Online Store Sales Dashboard
Build a comprehensive sales dashboard for an online retailer to analyze revenue trends, top-selling products, and regional performance using SQL, Python, and Excel.
Project Overview
Difficulty: Beginner
Tools: SQL, Python (pandas, matplotlib, seaborn), Excel
Estimated Time: 4-6 hours
You are a data analyst at ShopStream, an online retailer that sells electronics, clothing, and home goods across the United States. The VP of Sales has asked you to build a dashboard that answers the following business questions:
- How has monthly revenue trended over the past year?
- Which products generate the most revenue?
- Which regions are performing best and worst?
- What is the average customer lifetime value?

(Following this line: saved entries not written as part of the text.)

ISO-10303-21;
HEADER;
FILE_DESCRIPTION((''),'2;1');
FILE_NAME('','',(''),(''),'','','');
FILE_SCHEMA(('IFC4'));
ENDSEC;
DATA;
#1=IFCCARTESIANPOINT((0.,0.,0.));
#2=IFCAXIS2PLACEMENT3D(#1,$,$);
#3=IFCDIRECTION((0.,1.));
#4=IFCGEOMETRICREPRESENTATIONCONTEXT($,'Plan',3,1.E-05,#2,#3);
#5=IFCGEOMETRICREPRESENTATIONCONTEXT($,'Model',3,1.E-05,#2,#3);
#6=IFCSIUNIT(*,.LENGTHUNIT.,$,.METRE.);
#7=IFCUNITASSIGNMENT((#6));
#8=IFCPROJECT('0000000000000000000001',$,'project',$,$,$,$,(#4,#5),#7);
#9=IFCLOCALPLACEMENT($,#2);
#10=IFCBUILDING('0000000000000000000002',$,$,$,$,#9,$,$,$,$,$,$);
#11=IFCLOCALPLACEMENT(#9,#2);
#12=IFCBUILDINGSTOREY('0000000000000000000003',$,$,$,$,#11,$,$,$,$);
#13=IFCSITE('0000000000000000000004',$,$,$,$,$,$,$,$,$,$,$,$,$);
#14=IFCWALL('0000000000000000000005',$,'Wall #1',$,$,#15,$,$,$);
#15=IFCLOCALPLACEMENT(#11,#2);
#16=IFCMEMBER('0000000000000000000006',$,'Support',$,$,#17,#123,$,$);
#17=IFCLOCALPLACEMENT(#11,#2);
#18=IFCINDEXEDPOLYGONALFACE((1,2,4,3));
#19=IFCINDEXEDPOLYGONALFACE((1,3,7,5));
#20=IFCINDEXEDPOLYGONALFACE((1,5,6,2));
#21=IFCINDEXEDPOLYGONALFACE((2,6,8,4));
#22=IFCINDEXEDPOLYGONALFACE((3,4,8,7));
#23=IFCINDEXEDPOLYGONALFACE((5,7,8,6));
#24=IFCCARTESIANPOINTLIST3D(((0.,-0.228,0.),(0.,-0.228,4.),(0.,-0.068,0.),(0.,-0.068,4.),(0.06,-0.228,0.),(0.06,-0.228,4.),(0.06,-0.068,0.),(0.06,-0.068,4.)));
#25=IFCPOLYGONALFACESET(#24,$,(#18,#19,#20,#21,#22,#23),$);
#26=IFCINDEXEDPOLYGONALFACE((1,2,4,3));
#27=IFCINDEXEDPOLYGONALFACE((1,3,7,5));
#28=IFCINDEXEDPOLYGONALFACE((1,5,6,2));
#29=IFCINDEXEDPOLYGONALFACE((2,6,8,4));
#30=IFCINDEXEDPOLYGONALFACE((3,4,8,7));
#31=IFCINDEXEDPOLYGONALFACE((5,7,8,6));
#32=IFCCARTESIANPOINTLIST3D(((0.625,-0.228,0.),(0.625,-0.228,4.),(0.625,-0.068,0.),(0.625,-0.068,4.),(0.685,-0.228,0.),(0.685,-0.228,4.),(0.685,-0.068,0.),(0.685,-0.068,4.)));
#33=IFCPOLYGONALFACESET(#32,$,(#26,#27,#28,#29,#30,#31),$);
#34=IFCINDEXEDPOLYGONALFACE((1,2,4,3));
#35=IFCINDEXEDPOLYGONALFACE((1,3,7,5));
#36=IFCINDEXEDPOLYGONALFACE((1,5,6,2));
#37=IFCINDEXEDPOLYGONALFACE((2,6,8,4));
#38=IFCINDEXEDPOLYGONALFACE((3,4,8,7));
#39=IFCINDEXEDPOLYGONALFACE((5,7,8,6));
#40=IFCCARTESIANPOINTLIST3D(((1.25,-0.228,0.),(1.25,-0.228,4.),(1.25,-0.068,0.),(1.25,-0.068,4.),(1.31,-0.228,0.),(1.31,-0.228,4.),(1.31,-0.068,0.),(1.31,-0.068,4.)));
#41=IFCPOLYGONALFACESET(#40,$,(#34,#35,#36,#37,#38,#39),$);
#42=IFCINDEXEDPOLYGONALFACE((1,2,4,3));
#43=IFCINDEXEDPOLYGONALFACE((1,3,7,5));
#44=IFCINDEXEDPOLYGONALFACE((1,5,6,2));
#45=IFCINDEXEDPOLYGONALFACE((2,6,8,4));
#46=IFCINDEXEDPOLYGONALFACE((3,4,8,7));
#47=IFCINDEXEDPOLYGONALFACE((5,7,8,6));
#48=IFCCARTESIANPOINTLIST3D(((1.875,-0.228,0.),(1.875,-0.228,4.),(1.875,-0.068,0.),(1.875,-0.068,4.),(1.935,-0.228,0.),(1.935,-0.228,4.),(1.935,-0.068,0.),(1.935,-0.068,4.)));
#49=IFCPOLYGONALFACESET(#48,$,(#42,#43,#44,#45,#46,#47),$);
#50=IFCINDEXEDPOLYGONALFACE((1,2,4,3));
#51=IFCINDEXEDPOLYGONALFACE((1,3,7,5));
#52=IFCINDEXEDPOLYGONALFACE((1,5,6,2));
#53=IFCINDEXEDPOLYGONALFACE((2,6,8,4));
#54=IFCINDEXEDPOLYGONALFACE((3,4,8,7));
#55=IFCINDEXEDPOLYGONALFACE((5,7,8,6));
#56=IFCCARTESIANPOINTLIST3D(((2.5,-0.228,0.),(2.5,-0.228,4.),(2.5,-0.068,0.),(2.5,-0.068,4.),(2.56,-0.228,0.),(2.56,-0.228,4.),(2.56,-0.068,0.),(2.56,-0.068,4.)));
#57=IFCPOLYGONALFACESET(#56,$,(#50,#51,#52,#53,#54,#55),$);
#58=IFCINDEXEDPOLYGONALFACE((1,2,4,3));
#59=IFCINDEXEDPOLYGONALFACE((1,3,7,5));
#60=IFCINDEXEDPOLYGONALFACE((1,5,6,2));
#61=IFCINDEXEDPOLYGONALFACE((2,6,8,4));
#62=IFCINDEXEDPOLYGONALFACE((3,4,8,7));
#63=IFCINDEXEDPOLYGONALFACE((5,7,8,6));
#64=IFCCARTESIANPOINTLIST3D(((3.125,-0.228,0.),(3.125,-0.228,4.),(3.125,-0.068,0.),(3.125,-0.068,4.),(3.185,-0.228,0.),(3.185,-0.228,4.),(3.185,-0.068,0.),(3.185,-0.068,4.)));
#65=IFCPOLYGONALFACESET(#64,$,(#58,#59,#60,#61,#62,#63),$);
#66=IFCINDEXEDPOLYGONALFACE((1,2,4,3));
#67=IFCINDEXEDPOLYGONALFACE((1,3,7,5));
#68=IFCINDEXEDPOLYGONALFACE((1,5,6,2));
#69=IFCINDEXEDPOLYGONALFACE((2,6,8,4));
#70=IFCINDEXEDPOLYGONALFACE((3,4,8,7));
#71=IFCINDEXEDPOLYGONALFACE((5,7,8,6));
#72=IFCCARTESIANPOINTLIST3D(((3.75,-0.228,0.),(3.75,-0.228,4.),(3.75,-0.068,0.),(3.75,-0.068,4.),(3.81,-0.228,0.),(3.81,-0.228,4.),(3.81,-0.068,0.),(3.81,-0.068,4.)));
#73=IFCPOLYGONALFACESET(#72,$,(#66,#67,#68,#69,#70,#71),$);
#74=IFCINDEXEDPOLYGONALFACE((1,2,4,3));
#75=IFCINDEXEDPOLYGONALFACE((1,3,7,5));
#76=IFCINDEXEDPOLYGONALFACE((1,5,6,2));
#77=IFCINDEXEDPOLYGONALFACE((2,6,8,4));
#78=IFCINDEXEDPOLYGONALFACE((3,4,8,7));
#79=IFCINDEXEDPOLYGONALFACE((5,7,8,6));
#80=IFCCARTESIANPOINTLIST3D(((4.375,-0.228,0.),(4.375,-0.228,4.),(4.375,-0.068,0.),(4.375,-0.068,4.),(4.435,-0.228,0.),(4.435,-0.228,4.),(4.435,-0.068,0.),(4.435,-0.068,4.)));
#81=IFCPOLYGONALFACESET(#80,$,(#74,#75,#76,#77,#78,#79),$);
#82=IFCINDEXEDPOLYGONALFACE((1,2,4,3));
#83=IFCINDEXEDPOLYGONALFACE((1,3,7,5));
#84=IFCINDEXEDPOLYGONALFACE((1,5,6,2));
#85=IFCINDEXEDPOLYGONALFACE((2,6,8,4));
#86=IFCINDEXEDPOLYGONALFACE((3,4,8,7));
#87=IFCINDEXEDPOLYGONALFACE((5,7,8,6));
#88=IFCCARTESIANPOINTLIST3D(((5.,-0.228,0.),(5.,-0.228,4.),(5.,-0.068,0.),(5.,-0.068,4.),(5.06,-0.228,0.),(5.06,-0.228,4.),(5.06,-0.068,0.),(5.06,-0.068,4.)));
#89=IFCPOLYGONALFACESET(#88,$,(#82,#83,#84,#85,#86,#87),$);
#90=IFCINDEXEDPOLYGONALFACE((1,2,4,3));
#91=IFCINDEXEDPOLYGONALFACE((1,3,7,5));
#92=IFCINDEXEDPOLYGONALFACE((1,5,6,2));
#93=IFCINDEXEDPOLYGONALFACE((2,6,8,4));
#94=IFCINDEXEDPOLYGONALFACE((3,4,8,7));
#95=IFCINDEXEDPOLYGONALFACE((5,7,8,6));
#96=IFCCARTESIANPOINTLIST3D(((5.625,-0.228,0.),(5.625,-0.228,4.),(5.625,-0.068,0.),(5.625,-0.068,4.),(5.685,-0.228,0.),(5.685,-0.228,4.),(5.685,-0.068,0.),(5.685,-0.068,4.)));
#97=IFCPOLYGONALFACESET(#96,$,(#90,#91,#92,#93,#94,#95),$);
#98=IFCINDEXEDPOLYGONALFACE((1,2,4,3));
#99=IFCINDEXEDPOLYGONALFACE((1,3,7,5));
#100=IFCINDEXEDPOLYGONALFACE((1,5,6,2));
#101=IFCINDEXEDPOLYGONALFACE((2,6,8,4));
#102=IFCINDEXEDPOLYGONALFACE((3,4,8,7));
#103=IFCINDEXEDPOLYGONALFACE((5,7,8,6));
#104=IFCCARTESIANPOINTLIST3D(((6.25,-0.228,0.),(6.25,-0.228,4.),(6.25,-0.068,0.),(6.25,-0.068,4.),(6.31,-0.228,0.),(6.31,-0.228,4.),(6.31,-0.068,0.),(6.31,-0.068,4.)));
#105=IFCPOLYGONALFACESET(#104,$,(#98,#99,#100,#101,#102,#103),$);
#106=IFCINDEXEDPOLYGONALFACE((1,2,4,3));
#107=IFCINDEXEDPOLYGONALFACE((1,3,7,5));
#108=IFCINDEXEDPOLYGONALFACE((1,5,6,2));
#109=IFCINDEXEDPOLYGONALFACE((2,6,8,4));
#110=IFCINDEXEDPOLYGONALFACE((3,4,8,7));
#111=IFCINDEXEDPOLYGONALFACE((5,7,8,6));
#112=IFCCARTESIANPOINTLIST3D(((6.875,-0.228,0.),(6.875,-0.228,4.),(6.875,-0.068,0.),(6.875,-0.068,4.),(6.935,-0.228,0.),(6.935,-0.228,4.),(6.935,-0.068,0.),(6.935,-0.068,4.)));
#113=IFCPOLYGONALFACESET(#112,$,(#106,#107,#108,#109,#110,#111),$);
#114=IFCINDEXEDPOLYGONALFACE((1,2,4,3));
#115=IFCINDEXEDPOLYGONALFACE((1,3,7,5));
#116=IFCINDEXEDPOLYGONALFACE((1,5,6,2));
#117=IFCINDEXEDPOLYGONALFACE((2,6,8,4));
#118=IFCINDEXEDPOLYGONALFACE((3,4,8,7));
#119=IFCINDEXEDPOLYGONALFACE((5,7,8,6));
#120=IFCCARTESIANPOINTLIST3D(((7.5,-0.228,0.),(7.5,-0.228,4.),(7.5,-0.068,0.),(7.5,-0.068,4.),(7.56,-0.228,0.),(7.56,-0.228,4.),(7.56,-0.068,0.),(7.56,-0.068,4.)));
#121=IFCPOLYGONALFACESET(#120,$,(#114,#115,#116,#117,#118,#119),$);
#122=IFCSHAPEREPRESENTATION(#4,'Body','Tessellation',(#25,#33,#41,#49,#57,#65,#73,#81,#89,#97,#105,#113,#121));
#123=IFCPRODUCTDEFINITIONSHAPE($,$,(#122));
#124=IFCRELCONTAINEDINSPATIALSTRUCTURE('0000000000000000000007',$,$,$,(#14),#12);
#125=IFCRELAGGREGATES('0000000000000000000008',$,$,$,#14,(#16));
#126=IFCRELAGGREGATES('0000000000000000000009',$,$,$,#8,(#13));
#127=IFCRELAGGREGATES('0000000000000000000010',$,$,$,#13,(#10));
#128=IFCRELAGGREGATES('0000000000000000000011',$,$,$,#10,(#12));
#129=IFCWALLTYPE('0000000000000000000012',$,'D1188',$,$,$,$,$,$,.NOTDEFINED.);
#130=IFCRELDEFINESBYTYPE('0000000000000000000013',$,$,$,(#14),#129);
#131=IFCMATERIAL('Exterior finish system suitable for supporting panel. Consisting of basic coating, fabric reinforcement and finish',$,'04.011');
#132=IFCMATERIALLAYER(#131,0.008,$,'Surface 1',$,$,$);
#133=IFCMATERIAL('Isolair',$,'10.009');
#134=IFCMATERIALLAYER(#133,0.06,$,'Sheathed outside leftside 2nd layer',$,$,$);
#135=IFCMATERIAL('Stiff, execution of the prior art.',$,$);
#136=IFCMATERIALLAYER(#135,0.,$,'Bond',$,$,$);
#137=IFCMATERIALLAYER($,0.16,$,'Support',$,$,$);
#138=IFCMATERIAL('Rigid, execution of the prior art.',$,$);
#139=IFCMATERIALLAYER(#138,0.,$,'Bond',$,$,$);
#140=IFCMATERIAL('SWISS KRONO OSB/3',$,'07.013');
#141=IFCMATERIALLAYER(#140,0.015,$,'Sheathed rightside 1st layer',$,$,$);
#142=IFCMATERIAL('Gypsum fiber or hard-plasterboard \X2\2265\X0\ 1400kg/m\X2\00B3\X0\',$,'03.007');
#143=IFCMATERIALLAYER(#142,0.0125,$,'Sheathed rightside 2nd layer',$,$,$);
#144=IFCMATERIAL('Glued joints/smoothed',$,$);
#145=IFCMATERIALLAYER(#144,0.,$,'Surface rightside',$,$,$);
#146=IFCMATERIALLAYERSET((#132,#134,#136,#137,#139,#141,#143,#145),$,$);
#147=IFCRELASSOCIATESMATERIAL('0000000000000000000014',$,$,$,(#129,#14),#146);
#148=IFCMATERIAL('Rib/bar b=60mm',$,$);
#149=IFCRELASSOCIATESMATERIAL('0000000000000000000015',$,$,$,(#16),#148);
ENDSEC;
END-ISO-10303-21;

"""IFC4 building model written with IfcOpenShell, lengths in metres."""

from ifc_helpers import new_model, si_unit, direction, frame, frame_2d, origin, place, context, project, spatial, rectangle, extrude, material, layer, layer_set, type_object, element, aggregate, save


model = new_model("IFC4")

# Units and contexts
plan_context = context("Plan", 3, precision=1e-05, world=origin(), true_north=direction((0.0, 1.0)))
model_context = context("Model", 3, precision=1e-05, world=origin(), true_north=direction((0.0, 1.0)))
ifc_project = project(units=[si_unit("LENGTHUNIT", "METRE")], contexts=[plan_context, model_context])

# Site, building, storey
site = spatial("IfcSite", under=ifc_project)
building_placement = place(None, origin())
building = spatial("IfcBuilding", under=site, at=building_placement)
storey_placement = place(building_placement, origin())
storey = spatial("IfcBuildingStorey", under=building, at=storey_placement)

# Wall, member
ifc_material_1 = material(Name="Exterior finish system suitable for supporting panel. Consisting of basic coating, fabric reinforcement and finish", Category="04.011")
ifc_layer_1 = layer(ifc_material_1, 0.008, Name="Surface 1")
ifc_material_2 = material(Name="Isolair", Category="10.009")
ifc_layer_2 = layer(ifc_material_2, 0.06, Name="Sheathed outside leftside 2nd layer")
ifc_material_3 = material(Name="Stiff, execution of the prior art.")
ifc_layer_3 = layer(ifc_material_3, 0.0, Name="Bond")
ifc_layer_4 = layer(None, 0.16, Name="Support")
ifc_material_4 = material(Name="Rigid, execution of the prior art.")
ifc_layer_5 = layer(ifc_material_4, 0.0, Name="Bond")
ifc_material_5 = material(Name="SWISS KRONO OSB/3", Category="07.013")
ifc_layer_6 = layer(ifc_material_5, 0.015, Name="Sheathed rightside 1st layer")
ifc_material_6 = material(Name="Gypsum fiber or hard-plasterboard ≥ 1400kg/m³", Category="03.007")
ifc_layer_7 = layer(ifc_material_6, 0.0125, Name="Sheathed rightside 2nd layer")
ifc_material_7 = material(Name="Glued joints/smoothed")
ifc_layer_8 = layer(ifc_material_7, 0.0, Name="Surface rightside")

Your analysis will inform inventory decisions, marketing spend allocation, and regional expansion planning for the next fiscal year.
Dataset Description
The project uses three related tables in a relational database. Below are the schemas you will work with.
Table: orders
| Column | Data Type | Description |
|---|---|---|
| order_id | INT (PK) | Unique order identifier |
| customer_id | INT (FK) | References customers table |
| order_date | DATE | Date the order was placed |
| total_amount | DECIMAL(10,2) | Total order value in USD |
| status | VARCHAR(20) | completed, pending, returned |
| region | VARCHAR(50) | US region (Northeast, Southeast, etc.) |
Table: order_items
| Column | Data Type | Description |
|---|---|---|
| item_id | INT (PK) | Unique line item identifier |
| order_id | INT (FK) | References orders table |
| product_id | INT (FK) | References products table |
| quantity | INT | Number of units purchased |
| unit_price | DECIMAL(10,2) | Price per unit at time of sale |
Table: products
| Column | Data Type | Description |
|---|---|---|
| product_id | INT (PK) | Unique product identifier |
| product_name | VARCHAR(100) | Name of the product |
| category | VARCHAR(50) | Electronics, Clothing, Home Goods |
| cost_price | DECIMAL(10,2) | Wholesale cost per unit |
SQL Analysis
Use the following queries to extract insights from the database. Run each query and examine the results before moving to the Python visualization step.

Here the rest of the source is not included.